(Data excerpts)

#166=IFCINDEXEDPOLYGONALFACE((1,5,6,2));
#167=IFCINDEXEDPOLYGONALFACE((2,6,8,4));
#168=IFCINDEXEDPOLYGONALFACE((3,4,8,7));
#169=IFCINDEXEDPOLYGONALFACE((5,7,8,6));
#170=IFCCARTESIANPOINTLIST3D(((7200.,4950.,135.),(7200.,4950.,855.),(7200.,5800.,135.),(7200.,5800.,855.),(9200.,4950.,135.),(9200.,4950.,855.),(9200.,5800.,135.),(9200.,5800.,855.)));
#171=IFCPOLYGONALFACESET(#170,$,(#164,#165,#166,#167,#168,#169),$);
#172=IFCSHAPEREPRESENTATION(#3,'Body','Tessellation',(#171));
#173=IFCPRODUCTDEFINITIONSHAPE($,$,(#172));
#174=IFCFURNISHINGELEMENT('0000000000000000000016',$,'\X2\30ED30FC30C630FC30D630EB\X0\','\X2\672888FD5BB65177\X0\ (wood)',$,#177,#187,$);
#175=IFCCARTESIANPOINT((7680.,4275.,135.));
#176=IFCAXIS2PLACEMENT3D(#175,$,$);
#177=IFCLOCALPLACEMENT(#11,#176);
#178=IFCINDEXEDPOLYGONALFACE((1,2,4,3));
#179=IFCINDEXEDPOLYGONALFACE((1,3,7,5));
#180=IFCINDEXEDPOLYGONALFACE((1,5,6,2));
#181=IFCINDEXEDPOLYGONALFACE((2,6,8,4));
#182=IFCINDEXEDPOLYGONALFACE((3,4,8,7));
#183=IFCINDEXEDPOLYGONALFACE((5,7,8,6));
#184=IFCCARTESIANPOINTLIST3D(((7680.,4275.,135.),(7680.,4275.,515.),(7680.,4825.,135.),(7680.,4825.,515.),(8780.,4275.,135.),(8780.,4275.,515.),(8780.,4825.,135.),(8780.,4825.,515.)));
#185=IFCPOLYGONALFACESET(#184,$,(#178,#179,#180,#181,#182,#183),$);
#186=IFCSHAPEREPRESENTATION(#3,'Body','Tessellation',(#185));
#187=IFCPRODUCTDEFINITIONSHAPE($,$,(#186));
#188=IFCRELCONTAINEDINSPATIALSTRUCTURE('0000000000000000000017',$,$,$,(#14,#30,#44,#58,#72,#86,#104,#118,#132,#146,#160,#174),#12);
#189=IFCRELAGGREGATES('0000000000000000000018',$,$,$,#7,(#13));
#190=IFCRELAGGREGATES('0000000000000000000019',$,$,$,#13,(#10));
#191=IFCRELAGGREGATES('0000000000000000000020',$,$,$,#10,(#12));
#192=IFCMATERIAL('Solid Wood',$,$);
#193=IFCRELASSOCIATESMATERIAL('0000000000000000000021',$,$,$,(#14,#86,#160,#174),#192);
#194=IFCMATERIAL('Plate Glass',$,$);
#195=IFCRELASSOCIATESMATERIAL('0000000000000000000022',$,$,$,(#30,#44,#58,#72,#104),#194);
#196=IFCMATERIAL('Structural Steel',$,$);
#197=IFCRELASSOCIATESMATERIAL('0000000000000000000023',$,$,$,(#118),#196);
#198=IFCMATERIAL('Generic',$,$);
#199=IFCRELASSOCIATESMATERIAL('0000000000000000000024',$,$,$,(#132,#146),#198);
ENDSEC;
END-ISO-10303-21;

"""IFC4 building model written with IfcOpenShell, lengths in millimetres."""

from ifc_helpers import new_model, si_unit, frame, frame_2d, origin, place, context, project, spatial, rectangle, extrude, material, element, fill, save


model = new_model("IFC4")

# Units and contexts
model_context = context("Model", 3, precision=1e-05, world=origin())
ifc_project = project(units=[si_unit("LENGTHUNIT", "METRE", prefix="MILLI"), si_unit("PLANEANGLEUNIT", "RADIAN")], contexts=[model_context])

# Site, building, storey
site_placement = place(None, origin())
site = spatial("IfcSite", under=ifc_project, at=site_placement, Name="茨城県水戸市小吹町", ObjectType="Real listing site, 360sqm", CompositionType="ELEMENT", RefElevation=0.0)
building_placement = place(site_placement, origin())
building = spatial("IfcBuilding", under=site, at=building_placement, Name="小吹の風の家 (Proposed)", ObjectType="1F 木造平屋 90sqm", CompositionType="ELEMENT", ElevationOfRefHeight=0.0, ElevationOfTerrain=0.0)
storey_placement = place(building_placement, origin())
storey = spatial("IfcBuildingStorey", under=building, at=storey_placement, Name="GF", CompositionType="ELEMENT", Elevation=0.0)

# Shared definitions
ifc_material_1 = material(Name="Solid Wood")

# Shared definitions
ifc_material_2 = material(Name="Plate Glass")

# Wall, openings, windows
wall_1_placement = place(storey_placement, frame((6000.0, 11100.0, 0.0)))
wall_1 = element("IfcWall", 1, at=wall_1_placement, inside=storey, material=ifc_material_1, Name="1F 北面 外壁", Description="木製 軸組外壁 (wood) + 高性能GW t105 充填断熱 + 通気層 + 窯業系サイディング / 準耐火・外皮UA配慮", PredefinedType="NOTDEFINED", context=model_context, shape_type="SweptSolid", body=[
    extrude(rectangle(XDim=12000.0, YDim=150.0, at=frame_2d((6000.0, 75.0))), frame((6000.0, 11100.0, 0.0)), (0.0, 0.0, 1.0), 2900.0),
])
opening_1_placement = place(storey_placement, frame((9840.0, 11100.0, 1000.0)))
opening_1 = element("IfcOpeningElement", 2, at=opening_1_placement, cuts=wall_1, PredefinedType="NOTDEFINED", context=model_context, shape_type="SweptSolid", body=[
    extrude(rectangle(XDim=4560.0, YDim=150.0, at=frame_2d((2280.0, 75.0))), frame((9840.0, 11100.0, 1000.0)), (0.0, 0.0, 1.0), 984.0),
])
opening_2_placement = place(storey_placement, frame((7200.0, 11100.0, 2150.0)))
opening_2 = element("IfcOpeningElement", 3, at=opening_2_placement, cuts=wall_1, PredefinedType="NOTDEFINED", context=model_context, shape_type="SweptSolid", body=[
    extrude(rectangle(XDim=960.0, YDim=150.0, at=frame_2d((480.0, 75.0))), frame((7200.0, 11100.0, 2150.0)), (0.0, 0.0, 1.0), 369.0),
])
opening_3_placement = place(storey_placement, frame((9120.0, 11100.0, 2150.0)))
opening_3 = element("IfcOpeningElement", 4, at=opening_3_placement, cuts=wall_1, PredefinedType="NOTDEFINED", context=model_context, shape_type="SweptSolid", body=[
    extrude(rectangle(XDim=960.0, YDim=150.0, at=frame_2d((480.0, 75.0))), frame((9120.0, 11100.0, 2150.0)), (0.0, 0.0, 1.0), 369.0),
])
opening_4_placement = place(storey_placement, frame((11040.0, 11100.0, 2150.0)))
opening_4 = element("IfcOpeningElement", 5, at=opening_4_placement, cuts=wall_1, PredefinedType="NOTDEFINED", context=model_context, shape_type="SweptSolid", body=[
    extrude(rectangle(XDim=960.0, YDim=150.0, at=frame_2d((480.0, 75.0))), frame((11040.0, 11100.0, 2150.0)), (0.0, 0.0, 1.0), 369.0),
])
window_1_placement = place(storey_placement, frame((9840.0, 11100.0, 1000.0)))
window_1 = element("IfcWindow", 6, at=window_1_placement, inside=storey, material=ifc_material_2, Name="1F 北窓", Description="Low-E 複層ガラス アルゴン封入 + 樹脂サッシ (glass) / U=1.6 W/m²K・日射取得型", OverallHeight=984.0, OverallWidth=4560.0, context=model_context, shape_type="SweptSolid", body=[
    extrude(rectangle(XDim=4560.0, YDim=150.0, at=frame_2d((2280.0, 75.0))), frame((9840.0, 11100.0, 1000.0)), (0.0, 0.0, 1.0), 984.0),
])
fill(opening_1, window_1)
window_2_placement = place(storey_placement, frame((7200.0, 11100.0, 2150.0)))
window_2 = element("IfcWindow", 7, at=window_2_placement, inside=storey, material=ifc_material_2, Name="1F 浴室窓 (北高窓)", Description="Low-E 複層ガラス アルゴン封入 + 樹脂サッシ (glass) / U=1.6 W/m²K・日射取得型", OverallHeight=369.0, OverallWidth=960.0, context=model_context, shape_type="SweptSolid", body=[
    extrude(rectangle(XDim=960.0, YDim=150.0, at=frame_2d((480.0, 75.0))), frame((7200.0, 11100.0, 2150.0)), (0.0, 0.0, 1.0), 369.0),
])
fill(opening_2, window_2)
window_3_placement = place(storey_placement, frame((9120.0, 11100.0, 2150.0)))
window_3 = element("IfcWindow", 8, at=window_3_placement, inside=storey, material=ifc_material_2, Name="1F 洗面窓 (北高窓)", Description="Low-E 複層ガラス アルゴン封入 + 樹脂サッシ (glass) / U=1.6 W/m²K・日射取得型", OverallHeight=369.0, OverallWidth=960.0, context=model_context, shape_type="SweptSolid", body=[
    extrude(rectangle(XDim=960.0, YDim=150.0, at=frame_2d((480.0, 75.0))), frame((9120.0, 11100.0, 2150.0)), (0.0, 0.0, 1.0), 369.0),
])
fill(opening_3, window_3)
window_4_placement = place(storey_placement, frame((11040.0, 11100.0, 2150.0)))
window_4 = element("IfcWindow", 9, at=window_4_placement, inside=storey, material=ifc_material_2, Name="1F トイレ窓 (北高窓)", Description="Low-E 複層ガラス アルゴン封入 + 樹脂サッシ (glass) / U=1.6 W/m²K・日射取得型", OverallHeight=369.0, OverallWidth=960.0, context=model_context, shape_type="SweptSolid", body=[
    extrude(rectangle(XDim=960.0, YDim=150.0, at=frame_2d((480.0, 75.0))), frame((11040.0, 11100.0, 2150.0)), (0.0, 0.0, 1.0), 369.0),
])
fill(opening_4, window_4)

§ What the task asks
Please give back, exactly as it stands above, the stretch from the line with "3, precision=1e-05, world=origin())" through the line with "frame((6000.0, 11100.0, 0.0)))", and no line outside it.

§ Response for this exercise
model_context = context("Model", 3, precision=1e-05, world=origin())
ifc_project = project(units=[si_unit("LENGTHUNIT", "METRE", prefix="MILLI"), si_unit("PLANEANGLEUNIT", "RADIAN")], contexts=[model_context])

# Site, building, storey
site_placement = place(None, origin())
site = spatial("IfcSite", under=ifc_project, at=site_placement, Name="茨城県水戸市小吹町", ObjectType="Real listing site, 360sqm", CompositionType="ELEMENT", RefElevation=0.0)
building_placement = place(site_placement, origin())
building = spatial("IfcBuilding", under=site, at=building_placement, Name="小吹の風の家 (Proposed)", ObjectType="1F 木造平屋 90sqm", CompositionType="ELEMENT", ElevationOfRefHeight=0.0, ElevationOfTerrain=0.0)
storey_placement = place(building_placement, origin())
storey = spatial("IfcBuildingStorey", under=building, at=storey_placement, Name="GF", CompositionType="ELEMENT", Elevation=0.0)

# Shared definitions
ifc_material_1 = material(Name="Solid Wood")

# Shared definitions
ifc_material_2 = material(Name="Plate Glass")

# Wall, openings, windows
wall_1_placement = place(storey_placement, frame((6000.0, 11100.0, 0.0)))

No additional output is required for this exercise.